## Data for the task
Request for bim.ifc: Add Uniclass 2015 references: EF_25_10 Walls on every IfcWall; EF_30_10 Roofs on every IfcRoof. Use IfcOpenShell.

First a look at what the model holds.

```python
import ifcopenshell

model = ifcopenshell.open("bim.ifc")
print(model.schema)
print("classifications:", [c.Name for c in model.by_type("IfcClassification")])
for ifc_class in ("IfcDoor", "IfcRoof", "IfcStair", "IfcWall", "IfcWindow"):
    print(ifc_class, len(model.by_type(ifc_class)))
```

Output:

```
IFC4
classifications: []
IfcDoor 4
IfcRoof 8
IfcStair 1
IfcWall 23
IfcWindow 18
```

```python
import ifcopenshell
import ifcopenshell.api.classification

model = ifcopenshell.open("bim.ifc")

system = ifcopenshell.api.classification.add_classification(model, classification="Uniclass 2015")

codes = {
    "IfcWall": ("EF_25_10", "Walls"),
    "IfcRoof": ("EF_30_10", "Roofs"),
}
for ifc_class, (code, name) in codes.items():
    products = model.by_type(ifc_class)
    ifcopenshell.api.classification.add_reference(
        model, products=products, classification=system, identification=code, name=name
    )
    print(code, len(products))

model.write("bim-out.ifc")
```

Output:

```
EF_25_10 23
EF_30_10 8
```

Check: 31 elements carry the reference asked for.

## Assigned task
Transcribe the listing. Every line must match exactly.

## Task answer
Request for bim.ifc: Add Uniclass 2015 references: EF_25_10 Walls on every IfcWall; EF_30_10 Roofs on every IfcRoof. Use IfcOpenShell.

First a look at what the model holds.

```python
import ifcopenshell

model = ifcopenshell.open("bim.ifc")
print(model.schema)
print("classifications:", [c.Name for c in model.by_type("IfcClassification")])
for ifc_class in ("IfcDoor", "IfcRoof", "IfcStair", "IfcWall", "IfcWindow"):
    print(ifc_class, len(model.by_type(ifc_class)))
```

Output:

```
IFC4
classifications: []
IfcDoor 4
IfcRoof 8
IfcStair 1
IfcWall 23
IfcWindow 18
```

```python
import ifcopenshell
import ifcopenshell.api.classification

model = ifcopenshell.open("bim.ifc")

system = ifcopenshell.api.classification.add_classification(model, classification="Uniclass 2015")

codes = {
    "IfcWall": ("EF_25_10", "Walls"),
    "IfcRoof": ("EF_30_10", "Roofs"),
}
for ifc_class, (code, name) in codes.items():
    products = model.by_type(ifc_class)
    ifcopenshell.api.classification.add_reference(
        model, products=products, classification=system, identification=code, name=name
    )
    print(code, len(products))

model.write("bim-out.ifc")
```

Output:

```
EF_25_10 23
EF_30_10 8
```

Check: 31 elements carry the reference asked for.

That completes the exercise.